+++ Data records +++
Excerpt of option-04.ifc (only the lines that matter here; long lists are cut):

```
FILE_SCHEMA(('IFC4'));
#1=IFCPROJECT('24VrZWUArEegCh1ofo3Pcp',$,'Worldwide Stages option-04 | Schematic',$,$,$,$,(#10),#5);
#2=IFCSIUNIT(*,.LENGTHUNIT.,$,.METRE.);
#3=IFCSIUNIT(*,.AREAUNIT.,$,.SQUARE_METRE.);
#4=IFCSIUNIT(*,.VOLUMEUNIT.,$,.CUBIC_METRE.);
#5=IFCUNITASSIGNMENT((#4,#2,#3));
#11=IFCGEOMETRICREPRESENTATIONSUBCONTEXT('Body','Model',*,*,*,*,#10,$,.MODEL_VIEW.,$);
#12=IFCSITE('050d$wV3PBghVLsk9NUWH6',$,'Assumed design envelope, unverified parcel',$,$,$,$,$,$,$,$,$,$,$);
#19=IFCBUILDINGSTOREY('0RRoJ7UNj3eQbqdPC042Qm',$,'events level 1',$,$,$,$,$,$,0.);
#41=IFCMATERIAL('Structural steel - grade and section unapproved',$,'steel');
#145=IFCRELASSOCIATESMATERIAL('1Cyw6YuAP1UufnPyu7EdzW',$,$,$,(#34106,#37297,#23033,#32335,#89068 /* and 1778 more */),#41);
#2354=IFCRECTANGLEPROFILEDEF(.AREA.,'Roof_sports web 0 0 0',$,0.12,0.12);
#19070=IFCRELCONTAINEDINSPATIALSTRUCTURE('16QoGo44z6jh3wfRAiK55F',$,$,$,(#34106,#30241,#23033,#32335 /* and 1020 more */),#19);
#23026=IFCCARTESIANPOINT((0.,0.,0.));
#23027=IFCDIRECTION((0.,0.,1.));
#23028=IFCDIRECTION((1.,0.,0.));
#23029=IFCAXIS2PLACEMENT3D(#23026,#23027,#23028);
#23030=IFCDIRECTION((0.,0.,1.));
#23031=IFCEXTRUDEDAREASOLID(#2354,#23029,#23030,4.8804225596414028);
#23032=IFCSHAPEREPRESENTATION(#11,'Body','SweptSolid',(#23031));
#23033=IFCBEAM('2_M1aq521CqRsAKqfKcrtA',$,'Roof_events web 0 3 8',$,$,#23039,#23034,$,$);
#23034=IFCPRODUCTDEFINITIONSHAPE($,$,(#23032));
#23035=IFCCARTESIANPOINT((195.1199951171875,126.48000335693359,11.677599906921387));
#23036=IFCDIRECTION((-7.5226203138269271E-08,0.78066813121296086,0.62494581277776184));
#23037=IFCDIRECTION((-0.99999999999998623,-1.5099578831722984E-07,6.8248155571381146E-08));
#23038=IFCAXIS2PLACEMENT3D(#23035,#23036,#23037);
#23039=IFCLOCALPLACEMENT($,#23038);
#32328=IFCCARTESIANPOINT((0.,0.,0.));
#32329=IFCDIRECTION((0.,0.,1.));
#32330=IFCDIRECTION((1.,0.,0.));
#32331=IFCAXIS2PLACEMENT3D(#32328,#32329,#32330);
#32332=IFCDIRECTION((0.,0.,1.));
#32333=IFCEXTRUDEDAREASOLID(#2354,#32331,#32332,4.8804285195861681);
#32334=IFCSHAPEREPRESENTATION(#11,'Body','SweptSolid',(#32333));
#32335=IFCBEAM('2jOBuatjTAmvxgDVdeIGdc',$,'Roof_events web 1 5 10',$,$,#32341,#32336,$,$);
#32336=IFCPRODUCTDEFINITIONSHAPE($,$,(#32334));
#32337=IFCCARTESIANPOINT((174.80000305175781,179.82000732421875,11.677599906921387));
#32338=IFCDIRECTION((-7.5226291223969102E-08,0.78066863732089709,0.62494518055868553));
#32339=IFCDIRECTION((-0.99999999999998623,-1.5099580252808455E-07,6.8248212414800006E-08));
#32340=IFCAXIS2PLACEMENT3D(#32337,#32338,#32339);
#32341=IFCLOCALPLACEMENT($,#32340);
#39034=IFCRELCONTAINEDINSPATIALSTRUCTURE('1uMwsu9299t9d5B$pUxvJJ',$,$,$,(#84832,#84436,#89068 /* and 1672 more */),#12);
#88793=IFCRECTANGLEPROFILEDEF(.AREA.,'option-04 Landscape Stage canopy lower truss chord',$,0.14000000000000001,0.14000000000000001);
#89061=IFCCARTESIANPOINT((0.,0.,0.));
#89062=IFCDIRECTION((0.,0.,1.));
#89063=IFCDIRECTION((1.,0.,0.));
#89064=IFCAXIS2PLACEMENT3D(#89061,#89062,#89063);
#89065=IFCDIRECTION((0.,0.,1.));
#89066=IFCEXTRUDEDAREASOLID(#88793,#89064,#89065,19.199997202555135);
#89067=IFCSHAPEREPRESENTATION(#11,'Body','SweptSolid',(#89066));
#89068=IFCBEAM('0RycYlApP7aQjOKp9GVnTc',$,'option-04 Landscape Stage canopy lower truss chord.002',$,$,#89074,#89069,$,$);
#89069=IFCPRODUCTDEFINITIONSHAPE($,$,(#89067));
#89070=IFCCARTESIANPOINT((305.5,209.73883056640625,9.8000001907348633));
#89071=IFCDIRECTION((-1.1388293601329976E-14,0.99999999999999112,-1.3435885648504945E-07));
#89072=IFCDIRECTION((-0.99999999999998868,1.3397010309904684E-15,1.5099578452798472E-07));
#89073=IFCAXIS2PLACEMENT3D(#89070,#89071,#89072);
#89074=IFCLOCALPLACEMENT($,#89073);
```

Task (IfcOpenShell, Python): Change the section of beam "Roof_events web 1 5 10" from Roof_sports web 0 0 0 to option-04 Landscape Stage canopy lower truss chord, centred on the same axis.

```python
import ifcopenshell
import ifcopenshell.util.element
import ifcopenshell.util.representation

model = ifcopenshell.open("option-04.ifc")

member = model.by_id(32335)
source = next(p for p in model.by_type("IfcRectangleProfileDef") if p.ProfileName == "option-04 Landscape Stage canopy lower truss chord")

body = ifcopenshell.util.representation.get_representation(member, "Model", "Body")
solid = body.Items[0]
old_profile = solid.SweptArea

# Copy the section's sizes but keep this member's own profile position.
profile = ifcopenshell.util.element.copy(model, source)
profile.Position = old_profile.Position
solid.SweptArea = profile
if not model.get_total_inverses(old_profile):
    ifcopenshell.util.element.remove_deep2(model, old_profile)

print(solid.SweptArea)

model.write("option-04_rev.ifc")
```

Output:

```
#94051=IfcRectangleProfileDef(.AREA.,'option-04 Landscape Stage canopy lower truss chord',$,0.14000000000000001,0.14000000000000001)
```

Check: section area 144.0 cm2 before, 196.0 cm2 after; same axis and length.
+++
## Work order
For this exercise, work out how many lines in the material include "IFCSHAPEREPRESENTATION", and give only the number.

## Output for this task
3